Extracted records
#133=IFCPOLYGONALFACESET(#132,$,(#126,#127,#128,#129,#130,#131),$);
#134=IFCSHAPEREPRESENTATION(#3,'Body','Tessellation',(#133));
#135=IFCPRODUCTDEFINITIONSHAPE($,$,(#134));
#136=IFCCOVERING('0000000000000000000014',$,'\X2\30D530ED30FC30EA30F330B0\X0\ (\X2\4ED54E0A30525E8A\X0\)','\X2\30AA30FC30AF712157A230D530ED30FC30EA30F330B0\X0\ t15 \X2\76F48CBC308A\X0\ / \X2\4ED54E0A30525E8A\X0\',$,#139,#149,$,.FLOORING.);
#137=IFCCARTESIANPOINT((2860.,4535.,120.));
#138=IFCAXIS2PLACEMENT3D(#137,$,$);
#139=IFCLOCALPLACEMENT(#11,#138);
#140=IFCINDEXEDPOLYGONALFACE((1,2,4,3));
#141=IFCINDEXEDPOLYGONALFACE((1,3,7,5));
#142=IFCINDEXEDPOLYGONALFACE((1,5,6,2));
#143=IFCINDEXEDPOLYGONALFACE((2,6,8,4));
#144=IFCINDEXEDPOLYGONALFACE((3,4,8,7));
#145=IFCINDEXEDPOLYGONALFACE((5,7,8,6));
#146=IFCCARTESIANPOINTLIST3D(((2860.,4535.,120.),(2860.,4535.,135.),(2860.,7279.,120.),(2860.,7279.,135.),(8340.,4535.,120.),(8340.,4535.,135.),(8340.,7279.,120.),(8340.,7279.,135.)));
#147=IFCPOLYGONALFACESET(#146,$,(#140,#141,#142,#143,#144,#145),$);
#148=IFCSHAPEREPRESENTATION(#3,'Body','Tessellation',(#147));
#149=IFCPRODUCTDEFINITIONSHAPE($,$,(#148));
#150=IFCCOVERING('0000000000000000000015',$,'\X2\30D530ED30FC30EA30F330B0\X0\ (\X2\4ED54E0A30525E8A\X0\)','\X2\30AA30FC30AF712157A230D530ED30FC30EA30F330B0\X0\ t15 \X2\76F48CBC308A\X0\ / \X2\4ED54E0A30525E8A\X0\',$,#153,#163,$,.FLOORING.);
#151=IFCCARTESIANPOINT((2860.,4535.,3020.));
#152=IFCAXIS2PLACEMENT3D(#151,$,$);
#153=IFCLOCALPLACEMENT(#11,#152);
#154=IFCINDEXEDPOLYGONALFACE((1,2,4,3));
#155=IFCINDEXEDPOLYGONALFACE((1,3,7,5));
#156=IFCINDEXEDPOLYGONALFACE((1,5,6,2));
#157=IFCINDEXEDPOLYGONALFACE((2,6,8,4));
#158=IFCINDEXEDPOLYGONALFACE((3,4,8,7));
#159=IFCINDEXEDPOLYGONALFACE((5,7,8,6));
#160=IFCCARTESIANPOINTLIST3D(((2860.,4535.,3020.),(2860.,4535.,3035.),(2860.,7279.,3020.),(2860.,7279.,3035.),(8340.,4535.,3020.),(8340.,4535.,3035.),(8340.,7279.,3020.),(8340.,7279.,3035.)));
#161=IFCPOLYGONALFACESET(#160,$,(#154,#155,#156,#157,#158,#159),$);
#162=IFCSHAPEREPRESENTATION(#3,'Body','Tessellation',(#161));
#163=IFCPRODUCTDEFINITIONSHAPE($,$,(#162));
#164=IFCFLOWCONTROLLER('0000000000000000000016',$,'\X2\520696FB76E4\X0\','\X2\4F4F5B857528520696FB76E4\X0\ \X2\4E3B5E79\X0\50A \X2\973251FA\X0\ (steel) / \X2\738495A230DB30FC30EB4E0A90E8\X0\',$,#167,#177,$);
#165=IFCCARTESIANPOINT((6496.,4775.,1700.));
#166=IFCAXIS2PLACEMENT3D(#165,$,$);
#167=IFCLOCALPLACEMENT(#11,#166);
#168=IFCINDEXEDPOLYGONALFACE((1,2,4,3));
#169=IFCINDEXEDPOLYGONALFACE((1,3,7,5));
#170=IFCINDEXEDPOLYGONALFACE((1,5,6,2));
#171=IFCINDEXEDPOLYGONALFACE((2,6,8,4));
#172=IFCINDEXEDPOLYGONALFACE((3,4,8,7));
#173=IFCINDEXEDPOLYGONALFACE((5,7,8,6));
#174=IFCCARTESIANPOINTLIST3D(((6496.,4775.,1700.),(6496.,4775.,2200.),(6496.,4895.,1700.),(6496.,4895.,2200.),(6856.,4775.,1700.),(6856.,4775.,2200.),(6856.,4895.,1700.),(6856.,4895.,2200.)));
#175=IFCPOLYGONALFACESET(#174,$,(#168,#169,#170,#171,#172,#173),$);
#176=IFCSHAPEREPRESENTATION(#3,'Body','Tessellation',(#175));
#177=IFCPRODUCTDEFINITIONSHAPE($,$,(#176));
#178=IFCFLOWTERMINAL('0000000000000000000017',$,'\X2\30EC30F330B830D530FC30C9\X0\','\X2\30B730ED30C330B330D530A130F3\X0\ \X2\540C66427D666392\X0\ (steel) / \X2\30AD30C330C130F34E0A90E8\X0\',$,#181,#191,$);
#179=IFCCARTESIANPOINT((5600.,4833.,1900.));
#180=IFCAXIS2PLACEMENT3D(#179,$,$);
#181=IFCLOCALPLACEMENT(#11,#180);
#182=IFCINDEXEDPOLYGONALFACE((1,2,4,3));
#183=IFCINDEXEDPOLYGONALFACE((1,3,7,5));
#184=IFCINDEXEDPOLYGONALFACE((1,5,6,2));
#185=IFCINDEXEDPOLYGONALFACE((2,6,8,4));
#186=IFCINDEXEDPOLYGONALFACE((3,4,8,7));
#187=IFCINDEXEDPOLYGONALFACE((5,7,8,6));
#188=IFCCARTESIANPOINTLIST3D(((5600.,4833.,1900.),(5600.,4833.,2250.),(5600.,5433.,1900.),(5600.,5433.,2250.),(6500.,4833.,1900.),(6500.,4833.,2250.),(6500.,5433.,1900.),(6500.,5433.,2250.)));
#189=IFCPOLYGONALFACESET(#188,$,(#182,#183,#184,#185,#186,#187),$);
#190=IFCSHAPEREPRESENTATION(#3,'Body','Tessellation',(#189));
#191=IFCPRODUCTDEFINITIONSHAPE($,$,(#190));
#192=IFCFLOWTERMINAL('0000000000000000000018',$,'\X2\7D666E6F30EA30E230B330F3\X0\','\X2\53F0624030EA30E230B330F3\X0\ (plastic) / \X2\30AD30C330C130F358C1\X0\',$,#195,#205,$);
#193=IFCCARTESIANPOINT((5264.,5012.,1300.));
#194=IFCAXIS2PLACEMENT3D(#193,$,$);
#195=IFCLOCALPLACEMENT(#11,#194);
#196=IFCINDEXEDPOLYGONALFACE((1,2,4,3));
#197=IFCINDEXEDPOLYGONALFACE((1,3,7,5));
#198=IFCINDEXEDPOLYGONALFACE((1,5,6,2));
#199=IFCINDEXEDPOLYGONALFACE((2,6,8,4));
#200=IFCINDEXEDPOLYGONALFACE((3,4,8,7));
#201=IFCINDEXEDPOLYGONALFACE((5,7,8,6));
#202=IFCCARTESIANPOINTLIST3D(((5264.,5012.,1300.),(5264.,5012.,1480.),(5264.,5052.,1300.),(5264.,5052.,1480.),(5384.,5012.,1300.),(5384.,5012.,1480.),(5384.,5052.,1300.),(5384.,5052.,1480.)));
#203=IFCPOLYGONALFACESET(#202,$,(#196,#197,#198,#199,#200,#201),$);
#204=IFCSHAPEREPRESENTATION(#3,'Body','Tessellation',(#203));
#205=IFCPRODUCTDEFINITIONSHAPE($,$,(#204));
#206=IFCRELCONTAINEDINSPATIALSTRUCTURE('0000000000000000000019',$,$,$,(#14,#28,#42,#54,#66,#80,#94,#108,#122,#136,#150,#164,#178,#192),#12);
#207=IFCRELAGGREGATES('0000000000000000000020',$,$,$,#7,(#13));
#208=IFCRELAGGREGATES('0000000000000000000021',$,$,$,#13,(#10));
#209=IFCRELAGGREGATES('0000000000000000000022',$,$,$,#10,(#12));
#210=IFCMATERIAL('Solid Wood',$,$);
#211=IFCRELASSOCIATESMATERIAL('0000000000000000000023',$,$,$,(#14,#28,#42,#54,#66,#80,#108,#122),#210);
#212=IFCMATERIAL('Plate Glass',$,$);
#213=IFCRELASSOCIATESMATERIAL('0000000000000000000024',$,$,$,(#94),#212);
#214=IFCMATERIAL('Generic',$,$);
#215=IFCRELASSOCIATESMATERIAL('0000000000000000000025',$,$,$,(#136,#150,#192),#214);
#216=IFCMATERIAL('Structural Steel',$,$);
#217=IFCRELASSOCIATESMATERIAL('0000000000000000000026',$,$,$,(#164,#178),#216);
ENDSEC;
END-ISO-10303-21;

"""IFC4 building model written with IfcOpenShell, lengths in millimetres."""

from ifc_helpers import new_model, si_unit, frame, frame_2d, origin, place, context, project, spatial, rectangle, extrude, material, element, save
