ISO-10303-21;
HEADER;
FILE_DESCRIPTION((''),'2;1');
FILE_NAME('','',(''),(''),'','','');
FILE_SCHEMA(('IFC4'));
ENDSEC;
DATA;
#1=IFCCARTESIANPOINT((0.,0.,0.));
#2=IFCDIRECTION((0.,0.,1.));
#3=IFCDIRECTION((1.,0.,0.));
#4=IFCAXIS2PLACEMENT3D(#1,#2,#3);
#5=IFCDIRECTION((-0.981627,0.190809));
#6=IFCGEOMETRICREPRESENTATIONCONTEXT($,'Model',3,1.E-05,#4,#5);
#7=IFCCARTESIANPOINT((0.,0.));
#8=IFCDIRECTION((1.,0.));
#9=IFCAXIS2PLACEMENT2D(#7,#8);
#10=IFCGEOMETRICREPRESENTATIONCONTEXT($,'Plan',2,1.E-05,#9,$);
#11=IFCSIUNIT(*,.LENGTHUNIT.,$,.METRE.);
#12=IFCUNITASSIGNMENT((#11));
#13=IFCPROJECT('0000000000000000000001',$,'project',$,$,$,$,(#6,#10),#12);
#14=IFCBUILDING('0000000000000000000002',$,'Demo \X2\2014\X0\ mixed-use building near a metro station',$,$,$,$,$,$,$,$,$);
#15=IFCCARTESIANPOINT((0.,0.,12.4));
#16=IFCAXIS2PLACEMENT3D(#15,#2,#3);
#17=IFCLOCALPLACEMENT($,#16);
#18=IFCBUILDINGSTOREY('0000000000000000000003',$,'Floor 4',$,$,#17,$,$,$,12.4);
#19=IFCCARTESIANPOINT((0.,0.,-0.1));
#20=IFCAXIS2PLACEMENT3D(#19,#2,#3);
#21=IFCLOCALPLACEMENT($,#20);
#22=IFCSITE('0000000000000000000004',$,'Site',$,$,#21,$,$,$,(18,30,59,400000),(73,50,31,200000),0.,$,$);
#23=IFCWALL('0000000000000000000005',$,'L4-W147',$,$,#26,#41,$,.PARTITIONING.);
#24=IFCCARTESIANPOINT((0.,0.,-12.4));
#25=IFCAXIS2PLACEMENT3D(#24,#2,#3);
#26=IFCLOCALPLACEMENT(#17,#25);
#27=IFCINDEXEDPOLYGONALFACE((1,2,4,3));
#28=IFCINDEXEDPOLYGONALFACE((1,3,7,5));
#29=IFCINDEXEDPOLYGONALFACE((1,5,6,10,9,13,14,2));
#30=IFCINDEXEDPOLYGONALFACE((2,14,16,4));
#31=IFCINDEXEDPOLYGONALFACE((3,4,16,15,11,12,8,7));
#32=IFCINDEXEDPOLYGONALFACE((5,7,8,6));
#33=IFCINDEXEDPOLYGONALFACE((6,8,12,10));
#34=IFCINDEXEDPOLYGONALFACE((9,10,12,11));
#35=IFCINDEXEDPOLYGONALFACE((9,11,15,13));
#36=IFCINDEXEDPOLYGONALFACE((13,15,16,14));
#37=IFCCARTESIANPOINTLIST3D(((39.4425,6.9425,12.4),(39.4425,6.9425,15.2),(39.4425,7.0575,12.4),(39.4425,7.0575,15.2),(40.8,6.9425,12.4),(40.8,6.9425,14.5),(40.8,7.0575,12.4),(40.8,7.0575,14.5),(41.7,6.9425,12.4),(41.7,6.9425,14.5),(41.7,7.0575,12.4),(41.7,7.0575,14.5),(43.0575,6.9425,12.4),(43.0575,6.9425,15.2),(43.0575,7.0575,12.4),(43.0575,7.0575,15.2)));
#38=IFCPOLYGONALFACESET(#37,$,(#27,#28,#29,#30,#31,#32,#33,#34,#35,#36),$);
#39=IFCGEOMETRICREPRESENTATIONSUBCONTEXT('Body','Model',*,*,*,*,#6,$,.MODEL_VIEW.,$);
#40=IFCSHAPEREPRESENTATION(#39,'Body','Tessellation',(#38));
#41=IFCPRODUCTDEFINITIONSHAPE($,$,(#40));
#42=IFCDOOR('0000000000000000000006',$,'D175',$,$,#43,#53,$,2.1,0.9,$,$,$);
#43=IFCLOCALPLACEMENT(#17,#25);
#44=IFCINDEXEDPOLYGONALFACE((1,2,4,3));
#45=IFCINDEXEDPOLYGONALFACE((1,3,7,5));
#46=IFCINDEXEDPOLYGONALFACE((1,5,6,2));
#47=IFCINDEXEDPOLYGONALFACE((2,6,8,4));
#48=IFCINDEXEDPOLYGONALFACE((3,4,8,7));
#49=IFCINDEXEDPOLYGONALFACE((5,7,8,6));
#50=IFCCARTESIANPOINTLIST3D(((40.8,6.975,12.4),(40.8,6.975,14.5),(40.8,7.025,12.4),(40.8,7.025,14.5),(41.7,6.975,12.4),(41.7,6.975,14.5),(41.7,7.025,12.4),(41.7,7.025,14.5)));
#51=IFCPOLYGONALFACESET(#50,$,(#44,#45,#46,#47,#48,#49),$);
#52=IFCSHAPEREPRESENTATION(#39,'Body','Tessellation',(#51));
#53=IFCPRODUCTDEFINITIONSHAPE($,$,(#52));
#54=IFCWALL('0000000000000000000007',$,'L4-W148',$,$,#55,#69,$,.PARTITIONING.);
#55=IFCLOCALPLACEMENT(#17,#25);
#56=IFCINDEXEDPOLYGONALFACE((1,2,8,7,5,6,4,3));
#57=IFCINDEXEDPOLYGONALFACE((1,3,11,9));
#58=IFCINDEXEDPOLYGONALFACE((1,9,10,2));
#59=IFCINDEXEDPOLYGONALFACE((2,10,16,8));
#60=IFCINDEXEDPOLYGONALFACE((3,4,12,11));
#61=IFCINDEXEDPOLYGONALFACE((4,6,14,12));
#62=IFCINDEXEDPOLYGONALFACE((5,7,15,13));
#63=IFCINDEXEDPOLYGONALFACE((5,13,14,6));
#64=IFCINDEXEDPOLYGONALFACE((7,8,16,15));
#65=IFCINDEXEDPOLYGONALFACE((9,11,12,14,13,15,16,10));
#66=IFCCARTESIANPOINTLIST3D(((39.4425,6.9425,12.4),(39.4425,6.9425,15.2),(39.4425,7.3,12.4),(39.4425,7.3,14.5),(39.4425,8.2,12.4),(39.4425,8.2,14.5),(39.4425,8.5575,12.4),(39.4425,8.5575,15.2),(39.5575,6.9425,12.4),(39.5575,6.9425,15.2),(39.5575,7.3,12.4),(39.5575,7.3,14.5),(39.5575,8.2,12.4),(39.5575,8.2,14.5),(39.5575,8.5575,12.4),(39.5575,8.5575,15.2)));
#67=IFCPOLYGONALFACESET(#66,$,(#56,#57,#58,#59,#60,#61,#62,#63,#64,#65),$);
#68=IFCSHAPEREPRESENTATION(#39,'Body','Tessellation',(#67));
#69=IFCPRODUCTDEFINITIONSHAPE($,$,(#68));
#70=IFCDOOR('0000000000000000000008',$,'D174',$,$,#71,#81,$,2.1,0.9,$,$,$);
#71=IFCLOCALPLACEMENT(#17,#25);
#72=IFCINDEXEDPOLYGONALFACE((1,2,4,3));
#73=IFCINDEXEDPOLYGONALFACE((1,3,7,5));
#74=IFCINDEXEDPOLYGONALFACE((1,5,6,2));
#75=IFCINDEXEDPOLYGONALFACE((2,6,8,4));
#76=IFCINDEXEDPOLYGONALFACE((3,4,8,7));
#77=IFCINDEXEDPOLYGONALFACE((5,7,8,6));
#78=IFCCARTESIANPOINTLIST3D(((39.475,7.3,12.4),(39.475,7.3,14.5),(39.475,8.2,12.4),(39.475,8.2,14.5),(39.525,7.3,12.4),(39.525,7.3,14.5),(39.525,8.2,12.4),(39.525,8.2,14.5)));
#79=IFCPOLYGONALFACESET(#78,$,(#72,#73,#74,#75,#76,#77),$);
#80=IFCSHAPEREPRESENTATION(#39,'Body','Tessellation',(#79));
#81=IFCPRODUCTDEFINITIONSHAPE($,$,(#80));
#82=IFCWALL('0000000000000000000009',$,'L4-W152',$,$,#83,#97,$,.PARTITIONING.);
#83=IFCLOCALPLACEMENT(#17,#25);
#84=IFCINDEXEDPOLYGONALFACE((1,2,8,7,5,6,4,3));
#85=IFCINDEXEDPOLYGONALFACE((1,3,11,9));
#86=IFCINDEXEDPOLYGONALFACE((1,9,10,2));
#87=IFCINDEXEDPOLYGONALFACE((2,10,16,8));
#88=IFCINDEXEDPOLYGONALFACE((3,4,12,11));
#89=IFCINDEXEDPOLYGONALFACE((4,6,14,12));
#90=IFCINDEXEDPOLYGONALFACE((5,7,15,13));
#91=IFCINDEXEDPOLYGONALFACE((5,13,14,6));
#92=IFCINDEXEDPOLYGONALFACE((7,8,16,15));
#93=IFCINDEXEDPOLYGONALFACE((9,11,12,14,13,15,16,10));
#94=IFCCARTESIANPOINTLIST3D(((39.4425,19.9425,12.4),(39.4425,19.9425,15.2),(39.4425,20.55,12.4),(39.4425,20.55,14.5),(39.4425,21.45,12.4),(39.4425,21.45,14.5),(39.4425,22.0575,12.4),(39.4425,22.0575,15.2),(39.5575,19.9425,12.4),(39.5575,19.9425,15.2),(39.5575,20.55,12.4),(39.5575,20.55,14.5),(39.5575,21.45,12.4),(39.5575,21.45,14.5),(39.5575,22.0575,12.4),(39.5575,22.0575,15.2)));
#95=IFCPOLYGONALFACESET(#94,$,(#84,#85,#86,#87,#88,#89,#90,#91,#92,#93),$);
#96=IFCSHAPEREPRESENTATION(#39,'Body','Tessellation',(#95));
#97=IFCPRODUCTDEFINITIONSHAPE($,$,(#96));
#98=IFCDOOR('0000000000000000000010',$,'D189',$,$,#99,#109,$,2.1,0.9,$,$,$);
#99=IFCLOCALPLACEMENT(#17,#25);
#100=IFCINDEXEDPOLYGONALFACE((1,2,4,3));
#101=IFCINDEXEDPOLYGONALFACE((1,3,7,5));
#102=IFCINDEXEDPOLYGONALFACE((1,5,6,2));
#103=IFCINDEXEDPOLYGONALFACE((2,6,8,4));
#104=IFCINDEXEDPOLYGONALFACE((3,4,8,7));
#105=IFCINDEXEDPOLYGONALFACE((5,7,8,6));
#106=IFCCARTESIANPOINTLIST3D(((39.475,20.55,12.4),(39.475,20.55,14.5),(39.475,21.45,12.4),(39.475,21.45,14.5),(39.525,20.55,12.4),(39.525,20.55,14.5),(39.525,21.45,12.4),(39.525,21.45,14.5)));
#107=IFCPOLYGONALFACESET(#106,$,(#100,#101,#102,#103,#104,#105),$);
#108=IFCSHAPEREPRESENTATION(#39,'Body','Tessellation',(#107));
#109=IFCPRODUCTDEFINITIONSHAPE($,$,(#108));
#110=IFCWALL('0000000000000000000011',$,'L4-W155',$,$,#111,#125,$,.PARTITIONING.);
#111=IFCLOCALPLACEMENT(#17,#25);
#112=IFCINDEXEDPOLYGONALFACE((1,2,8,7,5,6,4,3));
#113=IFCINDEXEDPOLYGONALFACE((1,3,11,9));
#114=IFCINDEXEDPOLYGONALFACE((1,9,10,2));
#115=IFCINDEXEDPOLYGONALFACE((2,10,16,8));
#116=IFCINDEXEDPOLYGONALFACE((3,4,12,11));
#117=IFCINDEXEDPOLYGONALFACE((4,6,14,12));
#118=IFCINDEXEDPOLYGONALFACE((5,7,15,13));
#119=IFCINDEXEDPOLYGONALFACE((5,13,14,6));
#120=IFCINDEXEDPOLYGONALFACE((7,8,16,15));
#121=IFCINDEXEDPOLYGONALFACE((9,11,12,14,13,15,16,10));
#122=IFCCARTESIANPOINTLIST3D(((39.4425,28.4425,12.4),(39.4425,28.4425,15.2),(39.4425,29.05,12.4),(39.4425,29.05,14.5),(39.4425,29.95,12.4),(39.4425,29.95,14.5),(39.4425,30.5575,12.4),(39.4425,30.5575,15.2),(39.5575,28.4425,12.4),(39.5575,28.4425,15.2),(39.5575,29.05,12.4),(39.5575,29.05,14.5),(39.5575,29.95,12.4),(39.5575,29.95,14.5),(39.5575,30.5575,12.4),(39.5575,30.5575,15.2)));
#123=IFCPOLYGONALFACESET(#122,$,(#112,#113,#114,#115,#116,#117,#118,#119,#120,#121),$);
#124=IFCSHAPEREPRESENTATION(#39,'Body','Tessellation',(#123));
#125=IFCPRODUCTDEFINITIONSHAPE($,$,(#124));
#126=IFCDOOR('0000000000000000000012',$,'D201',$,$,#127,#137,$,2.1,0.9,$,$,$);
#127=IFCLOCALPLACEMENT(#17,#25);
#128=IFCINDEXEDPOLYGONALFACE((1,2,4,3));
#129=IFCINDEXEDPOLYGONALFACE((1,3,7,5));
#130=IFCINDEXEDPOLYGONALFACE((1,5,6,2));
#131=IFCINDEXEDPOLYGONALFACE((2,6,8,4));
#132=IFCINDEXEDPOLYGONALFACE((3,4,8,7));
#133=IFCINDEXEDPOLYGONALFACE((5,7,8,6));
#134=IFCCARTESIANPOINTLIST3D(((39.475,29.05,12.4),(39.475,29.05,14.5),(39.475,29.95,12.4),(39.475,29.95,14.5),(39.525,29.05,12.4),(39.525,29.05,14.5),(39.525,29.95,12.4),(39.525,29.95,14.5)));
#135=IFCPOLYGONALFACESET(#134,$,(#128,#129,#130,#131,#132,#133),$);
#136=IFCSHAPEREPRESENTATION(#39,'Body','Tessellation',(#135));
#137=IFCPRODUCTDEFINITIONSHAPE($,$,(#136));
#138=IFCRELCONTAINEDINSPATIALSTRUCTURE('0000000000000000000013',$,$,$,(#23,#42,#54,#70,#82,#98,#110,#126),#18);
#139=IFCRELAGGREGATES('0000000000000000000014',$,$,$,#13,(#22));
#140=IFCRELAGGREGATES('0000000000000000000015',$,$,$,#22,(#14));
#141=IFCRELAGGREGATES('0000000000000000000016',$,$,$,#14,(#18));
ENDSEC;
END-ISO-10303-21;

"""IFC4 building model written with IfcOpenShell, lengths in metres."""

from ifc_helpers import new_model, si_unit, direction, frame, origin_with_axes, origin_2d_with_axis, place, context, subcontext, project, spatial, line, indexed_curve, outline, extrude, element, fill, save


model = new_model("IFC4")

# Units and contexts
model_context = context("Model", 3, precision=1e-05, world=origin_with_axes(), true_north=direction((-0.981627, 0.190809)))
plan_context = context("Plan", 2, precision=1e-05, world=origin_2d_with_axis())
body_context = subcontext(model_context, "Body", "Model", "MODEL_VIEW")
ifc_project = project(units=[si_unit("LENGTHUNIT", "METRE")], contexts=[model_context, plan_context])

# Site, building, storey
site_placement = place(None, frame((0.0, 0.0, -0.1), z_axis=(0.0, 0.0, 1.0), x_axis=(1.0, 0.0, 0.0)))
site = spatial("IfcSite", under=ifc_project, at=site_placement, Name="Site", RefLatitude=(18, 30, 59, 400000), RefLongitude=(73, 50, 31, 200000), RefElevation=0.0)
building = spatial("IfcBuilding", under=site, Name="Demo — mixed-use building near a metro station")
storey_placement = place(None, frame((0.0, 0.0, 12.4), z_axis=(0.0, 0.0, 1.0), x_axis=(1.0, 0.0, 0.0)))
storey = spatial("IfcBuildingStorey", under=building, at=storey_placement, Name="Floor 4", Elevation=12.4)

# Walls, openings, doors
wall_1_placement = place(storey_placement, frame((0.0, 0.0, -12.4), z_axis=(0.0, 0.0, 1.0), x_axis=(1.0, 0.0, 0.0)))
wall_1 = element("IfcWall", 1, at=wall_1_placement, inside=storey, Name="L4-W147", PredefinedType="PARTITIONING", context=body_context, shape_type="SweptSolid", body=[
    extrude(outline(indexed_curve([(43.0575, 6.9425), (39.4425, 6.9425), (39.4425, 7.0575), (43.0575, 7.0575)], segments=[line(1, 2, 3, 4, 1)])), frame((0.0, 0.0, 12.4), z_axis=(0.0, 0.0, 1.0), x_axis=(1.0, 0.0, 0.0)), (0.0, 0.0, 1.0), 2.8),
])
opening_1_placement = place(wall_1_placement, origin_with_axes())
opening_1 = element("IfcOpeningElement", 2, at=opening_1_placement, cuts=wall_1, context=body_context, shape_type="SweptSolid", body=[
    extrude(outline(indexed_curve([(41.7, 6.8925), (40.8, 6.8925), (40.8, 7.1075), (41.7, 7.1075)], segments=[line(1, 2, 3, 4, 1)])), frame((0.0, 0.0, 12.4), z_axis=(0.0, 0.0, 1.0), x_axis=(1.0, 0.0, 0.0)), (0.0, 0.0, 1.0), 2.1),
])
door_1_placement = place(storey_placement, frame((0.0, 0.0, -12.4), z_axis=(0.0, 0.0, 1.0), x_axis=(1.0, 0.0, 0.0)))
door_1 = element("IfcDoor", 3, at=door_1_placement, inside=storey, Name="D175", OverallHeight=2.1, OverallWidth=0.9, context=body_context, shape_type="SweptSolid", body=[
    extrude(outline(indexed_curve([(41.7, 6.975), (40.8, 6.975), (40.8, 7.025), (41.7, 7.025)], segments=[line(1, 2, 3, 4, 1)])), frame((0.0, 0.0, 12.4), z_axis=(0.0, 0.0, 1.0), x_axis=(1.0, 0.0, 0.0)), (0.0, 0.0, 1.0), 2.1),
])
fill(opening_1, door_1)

▶ Prompt: All lines above from the line with "#118=IFCINDEXEDPOLYGONALFACE((5,7,15,13));" through the line with "#127=IFCLOCALPLACEMENT(#17,#25);", both included, are to be set down exactly, with nothing else.

▶ Result for this task:
#118=IFCINDEXEDPOLYGONALFACE((5,7,15,13));
#119=IFCINDEXEDPOLYGONALFACE((5,13,14,6));
#120=IFCINDEXEDPOLYGONALFACE((7,8,16,15));
#121=IFCINDEXEDPOLYGONALFACE((9,11,12,14,13,15,16,10));
#122=IFCCARTESIANPOINTLIST3D(((39.4425,28.4425,12.4),(39.4425,28.4425,15.2),(39.4425,29.05,12.4),(39.4425,29.05,14.5),(39.4425,29.95,12.4),(39.4425,29.95,14.5),(39.4425,30.5575,12.4),(39.4425,30.5575,15.2),(39.5575,28.4425,12.4),(39.5575,28.4425,15.2),(39.5575,29.05,12.4),(39.5575,29.05,14.5),(39.5575,29.95,12.4),(39.5575,29.95,14.5),(39.5575,30.5575,12.4),(39.5575,30.5575,15.2)));
#123=IFCPOLYGONALFACESET(#122,$,(#112,#113,#114,#115,#116,#117,#118,#119,#120,#121),$);
#124=IFCSHAPEREPRESENTATION(#39,'Body','Tessellation',(#123));
#125=IFCPRODUCTDEFINITIONSHAPE($,$,(#124));
#126=IFCDOOR('0000000000000000000012',$,'D201',$,$,#127,#137,$,2.1,0.9,$,$,$);
#127=IFCLOCALPLACEMENT(#17,#25);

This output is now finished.